Scan the material below for every line with the string "ObjectPlacement", and copy those lines.

DATA EXCERPTS START

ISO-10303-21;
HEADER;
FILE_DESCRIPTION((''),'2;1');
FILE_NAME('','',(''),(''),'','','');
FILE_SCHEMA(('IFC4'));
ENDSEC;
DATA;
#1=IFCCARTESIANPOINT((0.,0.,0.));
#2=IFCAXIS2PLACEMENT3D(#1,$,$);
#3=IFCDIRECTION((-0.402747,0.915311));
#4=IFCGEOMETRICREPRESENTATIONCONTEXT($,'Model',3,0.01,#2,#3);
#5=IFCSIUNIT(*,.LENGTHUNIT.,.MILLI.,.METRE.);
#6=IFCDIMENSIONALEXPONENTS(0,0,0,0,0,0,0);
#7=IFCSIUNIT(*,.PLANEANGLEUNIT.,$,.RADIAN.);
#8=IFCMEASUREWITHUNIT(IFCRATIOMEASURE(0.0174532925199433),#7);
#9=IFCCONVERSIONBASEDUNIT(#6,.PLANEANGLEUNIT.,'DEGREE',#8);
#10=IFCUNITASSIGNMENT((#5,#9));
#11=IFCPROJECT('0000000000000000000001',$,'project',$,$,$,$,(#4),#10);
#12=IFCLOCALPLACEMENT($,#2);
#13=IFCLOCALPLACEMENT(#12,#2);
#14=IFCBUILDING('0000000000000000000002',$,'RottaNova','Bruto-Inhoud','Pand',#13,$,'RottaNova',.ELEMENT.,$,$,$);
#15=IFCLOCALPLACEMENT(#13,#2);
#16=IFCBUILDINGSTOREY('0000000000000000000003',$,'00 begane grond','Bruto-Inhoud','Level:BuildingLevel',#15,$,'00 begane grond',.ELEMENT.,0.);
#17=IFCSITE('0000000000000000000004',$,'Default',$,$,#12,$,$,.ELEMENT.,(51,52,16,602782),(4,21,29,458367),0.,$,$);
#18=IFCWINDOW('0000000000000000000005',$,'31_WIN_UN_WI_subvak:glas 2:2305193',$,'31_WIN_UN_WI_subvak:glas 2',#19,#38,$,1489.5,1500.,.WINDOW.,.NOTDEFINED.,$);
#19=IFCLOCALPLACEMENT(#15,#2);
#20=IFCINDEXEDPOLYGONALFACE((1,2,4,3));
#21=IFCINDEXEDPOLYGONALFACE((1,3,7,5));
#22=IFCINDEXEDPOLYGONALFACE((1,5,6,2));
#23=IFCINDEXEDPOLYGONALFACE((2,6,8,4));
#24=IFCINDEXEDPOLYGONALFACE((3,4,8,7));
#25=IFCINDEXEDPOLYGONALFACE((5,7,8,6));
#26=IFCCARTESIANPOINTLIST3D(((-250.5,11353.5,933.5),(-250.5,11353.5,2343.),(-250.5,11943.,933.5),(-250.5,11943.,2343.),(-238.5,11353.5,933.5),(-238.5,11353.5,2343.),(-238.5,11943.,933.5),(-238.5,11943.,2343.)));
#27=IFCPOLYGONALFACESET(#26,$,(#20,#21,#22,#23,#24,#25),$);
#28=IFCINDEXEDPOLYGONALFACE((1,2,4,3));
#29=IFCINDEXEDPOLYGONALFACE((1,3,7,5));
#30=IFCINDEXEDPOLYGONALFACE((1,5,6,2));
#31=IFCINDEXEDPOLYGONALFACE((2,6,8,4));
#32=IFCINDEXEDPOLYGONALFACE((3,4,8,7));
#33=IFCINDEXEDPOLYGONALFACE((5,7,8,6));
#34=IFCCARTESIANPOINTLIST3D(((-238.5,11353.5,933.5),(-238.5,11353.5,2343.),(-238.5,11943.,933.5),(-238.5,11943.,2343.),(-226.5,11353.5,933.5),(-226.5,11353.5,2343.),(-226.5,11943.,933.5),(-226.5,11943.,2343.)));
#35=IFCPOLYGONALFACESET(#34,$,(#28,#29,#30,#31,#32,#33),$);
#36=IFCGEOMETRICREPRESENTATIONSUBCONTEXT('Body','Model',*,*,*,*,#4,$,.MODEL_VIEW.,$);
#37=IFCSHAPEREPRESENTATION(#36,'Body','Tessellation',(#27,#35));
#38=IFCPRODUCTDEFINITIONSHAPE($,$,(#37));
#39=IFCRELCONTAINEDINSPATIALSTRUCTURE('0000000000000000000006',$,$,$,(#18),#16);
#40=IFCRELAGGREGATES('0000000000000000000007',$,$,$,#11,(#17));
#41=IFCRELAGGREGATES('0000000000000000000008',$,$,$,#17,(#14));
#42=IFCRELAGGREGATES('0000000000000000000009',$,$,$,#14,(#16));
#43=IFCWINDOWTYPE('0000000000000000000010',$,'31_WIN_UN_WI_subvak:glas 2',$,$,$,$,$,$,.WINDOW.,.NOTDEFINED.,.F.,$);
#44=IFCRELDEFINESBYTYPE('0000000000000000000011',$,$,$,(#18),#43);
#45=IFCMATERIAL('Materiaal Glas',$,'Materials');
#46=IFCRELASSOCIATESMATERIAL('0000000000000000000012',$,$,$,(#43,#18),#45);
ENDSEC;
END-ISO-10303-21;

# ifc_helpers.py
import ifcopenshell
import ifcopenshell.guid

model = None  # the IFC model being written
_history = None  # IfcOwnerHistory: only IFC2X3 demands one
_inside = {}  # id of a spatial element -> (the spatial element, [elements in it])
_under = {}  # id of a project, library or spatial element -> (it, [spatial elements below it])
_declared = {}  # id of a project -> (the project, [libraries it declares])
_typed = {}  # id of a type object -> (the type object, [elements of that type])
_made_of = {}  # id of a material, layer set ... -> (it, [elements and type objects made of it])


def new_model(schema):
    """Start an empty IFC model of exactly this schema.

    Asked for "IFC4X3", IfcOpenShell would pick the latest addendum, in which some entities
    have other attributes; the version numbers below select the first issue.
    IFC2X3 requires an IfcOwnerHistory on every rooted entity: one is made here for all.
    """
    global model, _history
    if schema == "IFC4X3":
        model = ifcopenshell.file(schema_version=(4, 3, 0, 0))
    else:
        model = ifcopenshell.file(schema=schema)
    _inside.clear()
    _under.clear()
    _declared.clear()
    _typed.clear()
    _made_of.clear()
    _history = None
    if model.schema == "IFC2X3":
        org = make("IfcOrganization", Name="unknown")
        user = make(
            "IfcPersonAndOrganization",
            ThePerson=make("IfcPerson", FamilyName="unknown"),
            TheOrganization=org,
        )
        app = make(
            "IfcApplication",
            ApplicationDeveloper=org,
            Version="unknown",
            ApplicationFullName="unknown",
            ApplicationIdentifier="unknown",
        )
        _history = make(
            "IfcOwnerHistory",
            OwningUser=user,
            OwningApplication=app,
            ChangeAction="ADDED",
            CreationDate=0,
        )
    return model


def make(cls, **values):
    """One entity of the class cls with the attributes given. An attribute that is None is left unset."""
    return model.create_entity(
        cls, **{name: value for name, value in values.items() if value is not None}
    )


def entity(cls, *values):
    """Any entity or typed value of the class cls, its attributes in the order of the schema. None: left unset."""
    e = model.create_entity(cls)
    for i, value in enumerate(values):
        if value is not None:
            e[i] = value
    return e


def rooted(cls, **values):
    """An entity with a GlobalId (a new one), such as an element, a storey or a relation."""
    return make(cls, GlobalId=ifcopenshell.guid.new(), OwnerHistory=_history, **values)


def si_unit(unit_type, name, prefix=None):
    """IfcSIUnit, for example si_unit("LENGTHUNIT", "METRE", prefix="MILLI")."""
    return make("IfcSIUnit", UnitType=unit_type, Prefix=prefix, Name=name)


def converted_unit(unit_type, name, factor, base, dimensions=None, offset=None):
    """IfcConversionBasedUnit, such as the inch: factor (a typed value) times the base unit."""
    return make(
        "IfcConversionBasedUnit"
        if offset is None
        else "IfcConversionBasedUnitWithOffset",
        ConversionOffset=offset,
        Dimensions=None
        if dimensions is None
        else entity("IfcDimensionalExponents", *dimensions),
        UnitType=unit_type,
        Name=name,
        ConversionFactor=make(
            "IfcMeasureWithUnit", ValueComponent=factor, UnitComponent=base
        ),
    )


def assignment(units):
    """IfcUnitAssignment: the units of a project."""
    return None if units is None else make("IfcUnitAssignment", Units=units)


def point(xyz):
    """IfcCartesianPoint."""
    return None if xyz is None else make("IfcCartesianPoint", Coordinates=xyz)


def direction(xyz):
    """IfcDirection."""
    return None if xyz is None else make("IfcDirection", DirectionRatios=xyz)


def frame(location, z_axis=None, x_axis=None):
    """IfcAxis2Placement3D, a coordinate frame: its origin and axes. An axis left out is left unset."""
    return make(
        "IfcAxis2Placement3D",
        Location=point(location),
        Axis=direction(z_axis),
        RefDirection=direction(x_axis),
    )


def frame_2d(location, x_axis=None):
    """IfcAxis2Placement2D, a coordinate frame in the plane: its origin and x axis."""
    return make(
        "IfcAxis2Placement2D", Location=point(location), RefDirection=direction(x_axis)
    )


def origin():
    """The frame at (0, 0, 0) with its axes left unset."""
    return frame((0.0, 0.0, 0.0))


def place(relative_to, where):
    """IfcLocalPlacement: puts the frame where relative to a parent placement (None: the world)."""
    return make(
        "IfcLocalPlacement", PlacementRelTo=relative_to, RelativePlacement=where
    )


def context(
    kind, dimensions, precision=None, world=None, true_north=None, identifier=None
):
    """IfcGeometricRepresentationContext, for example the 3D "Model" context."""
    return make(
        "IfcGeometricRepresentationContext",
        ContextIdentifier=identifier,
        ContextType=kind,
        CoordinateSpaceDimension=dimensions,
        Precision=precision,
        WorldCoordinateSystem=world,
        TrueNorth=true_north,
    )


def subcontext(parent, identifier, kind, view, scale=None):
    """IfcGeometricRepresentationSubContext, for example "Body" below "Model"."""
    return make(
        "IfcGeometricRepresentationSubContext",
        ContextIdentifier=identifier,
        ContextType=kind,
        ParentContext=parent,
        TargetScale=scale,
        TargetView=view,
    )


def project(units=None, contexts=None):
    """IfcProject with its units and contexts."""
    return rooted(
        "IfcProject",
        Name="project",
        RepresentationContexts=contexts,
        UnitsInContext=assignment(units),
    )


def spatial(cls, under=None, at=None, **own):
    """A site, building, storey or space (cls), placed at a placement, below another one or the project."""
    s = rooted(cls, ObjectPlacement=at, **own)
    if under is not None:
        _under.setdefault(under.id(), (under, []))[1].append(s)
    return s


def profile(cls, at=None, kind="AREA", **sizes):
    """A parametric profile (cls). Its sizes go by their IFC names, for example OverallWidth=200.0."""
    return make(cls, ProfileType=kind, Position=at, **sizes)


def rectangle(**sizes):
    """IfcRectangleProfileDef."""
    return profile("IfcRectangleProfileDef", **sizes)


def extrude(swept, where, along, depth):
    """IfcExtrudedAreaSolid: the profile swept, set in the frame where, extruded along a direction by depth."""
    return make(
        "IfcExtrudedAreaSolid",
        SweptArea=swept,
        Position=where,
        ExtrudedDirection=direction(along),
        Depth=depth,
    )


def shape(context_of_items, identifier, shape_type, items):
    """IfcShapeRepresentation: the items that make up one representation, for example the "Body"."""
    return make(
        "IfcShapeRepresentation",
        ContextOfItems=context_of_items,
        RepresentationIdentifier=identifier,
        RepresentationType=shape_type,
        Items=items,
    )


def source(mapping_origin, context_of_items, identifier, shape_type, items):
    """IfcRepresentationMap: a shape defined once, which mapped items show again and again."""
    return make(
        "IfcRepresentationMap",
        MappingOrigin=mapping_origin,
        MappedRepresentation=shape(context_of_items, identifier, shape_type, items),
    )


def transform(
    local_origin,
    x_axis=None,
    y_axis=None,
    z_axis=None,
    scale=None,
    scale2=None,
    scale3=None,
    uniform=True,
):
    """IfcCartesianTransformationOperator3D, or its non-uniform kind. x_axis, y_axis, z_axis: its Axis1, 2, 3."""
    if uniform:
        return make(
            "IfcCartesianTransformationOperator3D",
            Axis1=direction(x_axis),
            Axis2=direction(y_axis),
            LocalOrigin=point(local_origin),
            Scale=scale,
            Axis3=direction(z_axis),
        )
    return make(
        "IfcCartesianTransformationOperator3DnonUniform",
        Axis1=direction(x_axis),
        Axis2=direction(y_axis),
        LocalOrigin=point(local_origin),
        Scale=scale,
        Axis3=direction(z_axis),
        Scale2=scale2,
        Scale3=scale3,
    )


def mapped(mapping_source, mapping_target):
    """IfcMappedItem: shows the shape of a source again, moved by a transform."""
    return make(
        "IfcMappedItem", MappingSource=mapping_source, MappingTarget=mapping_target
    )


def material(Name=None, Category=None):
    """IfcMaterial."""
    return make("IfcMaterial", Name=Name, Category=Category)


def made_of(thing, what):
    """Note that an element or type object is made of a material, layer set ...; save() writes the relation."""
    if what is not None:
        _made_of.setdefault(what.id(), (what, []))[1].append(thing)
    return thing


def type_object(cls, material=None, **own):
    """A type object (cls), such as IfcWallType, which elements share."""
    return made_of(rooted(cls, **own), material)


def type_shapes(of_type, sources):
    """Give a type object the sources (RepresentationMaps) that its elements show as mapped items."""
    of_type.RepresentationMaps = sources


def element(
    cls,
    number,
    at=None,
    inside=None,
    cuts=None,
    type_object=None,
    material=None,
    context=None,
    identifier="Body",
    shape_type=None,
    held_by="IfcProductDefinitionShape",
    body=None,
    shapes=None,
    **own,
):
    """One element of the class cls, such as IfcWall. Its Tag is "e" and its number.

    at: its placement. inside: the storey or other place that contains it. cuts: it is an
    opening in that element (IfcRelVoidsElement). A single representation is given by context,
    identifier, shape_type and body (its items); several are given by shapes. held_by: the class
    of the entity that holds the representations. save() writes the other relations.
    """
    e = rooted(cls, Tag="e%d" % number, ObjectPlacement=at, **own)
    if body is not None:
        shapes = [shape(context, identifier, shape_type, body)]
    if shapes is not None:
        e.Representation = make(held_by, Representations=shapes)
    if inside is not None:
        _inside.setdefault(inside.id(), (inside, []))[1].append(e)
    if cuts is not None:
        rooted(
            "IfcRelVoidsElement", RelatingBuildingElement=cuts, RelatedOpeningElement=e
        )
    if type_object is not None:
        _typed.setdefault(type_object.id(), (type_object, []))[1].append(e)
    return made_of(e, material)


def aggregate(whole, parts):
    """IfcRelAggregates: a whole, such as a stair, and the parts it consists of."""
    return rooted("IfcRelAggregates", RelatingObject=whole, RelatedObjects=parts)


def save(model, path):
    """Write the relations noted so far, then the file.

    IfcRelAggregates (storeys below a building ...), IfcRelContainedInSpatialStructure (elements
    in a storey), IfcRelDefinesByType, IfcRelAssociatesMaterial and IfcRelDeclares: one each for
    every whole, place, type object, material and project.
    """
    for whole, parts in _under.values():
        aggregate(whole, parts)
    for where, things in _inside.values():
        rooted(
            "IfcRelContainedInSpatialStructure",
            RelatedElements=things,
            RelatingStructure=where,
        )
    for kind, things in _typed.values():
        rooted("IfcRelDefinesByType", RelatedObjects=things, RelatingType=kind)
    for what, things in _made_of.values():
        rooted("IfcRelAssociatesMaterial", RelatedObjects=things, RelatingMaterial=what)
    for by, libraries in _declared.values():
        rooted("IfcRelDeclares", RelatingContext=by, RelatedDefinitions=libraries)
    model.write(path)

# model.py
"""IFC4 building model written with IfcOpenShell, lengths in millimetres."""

from ifc_helpers import new_model, entity, si_unit, converted_unit, direction, frame, frame_2d, origin, place, context, subcontext, project, spatial, rectangle, extrude, source, transform, mapped, material, type_object, type_shapes, element, save


model = new_model("IFC4")

# Units and contexts
model_context = context("Model", 3, precision=0.01, world=origin(), true_north=direction((-0.402747, 0.915311)))
body_context = subcontext(model_context, "Body", "Model", "MODEL_VIEW")
ifc_project = project(units=[si_unit("LENGTHUNIT", "METRE", prefix="MILLI"), converted_unit("PLANEANGLEUNIT", "DEGREE", entity("IfcRatioMeasure", 0.0174532925199433), si_unit("PLANEANGLEUNIT", "RADIAN"), dimensions=[0, 0, 0, 0, 0, 0, 0])], contexts=[model_context])

# Site, building, storey
site_placement = place(None, origin())
site = spatial("IfcSite", under=ifc_project, at=site_placement, Name="Default", CompositionType="ELEMENT", RefLatitude=(51, 52, 16, 602782), RefLongitude=(4, 21, 29, 458367), RefElevation=0.0)
building_placement = place(site_placement, origin())
building = spatial("IfcBuilding", under=site, at=building_placement, Name="RottaNova", Description="Bruto-Inhoud", ObjectType="Pand", LongName="RottaNova", CompositionType="ELEMENT")
storey_placement = place(building_placement, origin())
storey = spatial("IfcBuildingStorey", under=building, at=storey_placement, Name="00 begane grond", Description="Bruto-Inhoud", ObjectType="Level:BuildingLevel", LongName="00 begane grond", CompositionType="ELEMENT", Elevation=0.0)

# Shared definitions
ifc_material_1 = material(Name="Materiaal Glas", Category="Materials")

DATA EXCERPTS END

* **THE COMPLETED TASK**
    s = rooted(cls, ObjectPlacement=at, **own)
    e = rooted(cls, Tag="e%d" % number, ObjectPlacement=at, **own)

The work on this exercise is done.